Dharamshala: The Chinese government’s downplaying of the severity of the deadly COVID-19 disease and censoring early coverage of the outbreak from Wuhan city has started to draw international scrutiny with an overwhelming majority of countries such as the US, France, Germany, the UK and Australia questioning China’s transparency over the outbreak.
Australian PM Morrison on April 23, called for an international inquiry into the origins of the virus and how it spread while US President Trump called out China for lack of transparency after the coronavirus broke out in its Wuhan city and raised doubts on China’s reported death toll.
France, Germany and the UK have also criticized China for the lack of transparency, its engagement in disinformation campaigns in attempts to repair the reputational damage it continues to bear after unleashing the worst global crisis in decades.
In an interview with Financial Times, French President said there was no comparison between countries where information flowed freely and citizens could criticise their governments and those where the truth was suppressed.
“Given these differences, the choices made and what China is today, which I respect, let’s not be so naive as to say it’s been much better at handling this,” he told the FT. “We don’t know. There are clearly things that have happened that we don’t know about.”
German Chancellor Angela Merkel urging China for more information about the early days of the outbreak told reporters in Berlin last week, “I believe the more transparent China is about the origin story of the virus, the better it is for everyone in the world in order to learn from it.”
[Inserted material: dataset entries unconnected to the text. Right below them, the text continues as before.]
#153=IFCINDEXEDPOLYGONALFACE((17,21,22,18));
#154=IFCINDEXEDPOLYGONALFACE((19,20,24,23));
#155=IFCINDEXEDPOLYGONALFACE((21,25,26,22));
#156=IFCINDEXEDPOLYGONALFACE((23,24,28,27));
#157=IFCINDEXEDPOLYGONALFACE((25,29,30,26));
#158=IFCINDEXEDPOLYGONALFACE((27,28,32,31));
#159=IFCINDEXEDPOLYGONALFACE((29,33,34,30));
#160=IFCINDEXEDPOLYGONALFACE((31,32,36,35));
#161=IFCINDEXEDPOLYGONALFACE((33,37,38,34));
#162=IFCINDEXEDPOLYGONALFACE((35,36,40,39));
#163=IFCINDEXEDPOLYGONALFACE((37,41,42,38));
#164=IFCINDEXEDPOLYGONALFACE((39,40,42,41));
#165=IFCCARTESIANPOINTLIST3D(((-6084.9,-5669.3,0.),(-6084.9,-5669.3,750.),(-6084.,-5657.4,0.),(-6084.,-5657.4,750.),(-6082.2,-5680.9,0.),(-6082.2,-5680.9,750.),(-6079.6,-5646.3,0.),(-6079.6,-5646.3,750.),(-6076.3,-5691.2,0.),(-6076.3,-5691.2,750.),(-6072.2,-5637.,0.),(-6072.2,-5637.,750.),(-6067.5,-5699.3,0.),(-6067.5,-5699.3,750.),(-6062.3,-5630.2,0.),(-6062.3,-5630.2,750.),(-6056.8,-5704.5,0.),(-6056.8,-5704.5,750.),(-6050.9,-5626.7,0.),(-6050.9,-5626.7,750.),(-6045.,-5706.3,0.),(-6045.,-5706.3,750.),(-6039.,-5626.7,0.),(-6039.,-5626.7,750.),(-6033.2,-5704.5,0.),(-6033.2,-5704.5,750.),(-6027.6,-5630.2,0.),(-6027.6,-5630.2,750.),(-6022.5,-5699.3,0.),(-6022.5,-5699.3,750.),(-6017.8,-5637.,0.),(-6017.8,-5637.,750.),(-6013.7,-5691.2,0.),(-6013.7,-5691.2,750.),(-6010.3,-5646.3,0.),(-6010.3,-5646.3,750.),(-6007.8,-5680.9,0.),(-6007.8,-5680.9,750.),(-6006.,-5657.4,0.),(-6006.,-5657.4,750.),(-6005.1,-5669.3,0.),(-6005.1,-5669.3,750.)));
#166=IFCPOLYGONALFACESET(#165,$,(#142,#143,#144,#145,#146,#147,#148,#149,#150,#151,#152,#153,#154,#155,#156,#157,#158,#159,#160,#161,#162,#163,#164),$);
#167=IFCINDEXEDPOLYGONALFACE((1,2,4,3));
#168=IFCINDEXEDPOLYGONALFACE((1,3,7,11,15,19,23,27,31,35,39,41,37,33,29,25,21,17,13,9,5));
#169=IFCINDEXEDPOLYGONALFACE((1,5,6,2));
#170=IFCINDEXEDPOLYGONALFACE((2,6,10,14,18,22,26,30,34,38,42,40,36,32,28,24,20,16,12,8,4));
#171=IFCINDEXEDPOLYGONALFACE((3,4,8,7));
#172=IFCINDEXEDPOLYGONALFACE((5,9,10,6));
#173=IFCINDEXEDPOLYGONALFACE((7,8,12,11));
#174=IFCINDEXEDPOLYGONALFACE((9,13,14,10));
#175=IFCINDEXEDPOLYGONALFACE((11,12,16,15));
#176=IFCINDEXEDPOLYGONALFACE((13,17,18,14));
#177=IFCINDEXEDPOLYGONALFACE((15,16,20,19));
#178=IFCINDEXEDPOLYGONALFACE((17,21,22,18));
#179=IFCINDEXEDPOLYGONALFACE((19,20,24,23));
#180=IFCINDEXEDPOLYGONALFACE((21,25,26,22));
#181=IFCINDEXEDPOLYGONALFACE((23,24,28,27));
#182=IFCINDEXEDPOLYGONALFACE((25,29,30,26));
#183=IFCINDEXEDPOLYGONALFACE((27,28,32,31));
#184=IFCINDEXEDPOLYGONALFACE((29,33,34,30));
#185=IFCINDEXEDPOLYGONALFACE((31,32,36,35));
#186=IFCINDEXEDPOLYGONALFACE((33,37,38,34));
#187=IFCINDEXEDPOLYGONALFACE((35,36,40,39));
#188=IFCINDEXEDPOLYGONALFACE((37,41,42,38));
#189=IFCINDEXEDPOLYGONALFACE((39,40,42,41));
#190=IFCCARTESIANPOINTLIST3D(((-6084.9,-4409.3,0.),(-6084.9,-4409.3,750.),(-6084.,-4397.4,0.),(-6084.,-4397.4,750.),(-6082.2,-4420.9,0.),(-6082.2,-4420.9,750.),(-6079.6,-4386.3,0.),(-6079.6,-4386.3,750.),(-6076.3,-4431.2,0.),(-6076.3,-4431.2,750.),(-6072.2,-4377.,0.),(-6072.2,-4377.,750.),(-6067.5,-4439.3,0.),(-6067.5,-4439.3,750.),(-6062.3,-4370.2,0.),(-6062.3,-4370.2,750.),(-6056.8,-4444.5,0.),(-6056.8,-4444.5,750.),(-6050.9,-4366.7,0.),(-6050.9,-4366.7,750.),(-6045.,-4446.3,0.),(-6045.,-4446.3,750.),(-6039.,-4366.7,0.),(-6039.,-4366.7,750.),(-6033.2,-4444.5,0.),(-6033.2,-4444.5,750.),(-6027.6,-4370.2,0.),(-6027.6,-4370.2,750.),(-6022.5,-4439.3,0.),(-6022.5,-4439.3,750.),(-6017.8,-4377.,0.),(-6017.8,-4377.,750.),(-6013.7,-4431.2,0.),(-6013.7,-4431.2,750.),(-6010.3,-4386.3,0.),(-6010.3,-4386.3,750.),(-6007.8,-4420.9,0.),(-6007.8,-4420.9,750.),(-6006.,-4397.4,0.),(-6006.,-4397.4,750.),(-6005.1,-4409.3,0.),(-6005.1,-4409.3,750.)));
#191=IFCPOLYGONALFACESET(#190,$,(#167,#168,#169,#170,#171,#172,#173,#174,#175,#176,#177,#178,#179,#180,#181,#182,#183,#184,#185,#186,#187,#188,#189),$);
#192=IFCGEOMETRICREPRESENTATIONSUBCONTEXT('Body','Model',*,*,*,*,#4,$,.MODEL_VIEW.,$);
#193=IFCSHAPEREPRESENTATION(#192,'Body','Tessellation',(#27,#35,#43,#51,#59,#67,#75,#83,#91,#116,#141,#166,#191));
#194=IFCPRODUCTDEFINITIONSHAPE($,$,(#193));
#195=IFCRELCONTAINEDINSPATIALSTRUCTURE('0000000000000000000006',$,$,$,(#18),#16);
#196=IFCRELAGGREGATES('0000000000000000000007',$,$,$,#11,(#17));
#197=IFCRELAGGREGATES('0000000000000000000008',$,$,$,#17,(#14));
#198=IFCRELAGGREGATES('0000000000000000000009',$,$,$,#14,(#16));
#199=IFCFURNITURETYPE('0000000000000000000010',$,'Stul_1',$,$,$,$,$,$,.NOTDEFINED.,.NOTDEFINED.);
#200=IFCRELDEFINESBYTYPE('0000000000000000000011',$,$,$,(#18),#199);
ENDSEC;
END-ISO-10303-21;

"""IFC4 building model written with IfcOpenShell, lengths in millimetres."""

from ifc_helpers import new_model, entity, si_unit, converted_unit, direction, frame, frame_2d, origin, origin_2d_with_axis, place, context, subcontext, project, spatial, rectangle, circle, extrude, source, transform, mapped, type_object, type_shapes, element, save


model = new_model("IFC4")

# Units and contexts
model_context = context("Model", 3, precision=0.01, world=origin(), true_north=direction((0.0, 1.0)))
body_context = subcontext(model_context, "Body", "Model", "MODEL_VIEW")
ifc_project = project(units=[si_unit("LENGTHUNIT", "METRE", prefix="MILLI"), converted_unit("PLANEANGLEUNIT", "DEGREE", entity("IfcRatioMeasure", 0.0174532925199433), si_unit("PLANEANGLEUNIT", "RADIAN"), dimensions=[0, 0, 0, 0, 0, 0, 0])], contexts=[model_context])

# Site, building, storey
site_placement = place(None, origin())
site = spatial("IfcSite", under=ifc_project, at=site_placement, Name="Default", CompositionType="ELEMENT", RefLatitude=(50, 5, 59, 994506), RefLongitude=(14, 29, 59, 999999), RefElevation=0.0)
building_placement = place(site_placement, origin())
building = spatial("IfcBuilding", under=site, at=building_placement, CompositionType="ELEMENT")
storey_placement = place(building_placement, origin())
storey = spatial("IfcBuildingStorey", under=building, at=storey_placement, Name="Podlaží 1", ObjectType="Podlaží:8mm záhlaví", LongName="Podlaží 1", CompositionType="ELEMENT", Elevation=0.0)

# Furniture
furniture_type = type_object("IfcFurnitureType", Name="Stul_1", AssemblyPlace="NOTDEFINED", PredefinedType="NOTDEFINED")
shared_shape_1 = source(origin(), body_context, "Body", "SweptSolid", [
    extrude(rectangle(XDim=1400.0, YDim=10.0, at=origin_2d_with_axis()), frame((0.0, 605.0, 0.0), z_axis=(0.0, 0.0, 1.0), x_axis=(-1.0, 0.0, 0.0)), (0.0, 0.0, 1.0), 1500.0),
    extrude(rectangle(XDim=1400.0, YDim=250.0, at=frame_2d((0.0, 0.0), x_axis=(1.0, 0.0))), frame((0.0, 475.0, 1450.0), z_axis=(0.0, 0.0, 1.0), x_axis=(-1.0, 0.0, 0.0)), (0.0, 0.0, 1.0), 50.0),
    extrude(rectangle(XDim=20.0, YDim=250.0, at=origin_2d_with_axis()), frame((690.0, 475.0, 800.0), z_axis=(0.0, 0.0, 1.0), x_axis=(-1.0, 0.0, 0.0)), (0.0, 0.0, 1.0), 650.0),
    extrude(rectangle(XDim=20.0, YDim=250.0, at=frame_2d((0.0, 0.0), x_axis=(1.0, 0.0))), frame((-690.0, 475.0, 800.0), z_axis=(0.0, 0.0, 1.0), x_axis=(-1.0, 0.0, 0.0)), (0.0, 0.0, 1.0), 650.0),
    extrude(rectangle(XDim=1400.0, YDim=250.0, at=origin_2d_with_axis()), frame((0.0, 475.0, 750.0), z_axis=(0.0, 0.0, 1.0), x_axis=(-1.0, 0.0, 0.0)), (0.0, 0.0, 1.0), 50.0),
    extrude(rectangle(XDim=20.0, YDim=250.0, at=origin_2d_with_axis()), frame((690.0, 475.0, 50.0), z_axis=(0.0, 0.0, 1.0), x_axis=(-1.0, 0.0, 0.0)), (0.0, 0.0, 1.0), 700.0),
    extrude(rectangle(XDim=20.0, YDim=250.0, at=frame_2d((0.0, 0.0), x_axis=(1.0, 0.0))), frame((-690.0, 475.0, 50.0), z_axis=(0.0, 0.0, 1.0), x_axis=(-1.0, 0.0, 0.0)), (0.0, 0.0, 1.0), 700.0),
In Britain, Foreign Secretary Dominic Raab warned that China will face “hard questions” about the coronavirus outbreak, specifically “how it came about and how it couldn’t have been stopped earlier”. He added it can no longer be “business as usual” with China.
To divert attention from its own failures, China has in recent times ramped up efforts to spread disinformation, targeting democratic governments and civil societies around the world.
Many countries where China had supplied medical kits in response to the pandemic have had to recall those kits as many turned out to be defective, according to BBC reports.
President of the Central Tibetan Administration based in Dharamshala, Dr Lobsang Sangay responded to these new developments, stating that the global outrage with China’s mishandling of the pandemic is justified in view of its initial response to suppress the critical facts about the viral disease.
“At the end of the pandemic, we will come to the conclusion that democratic system, the transparent system where there is freedom of speech and free media are better in dealing with this provided they are given correct and timely information,” he said in an interview with Forum 2000 on 28 April.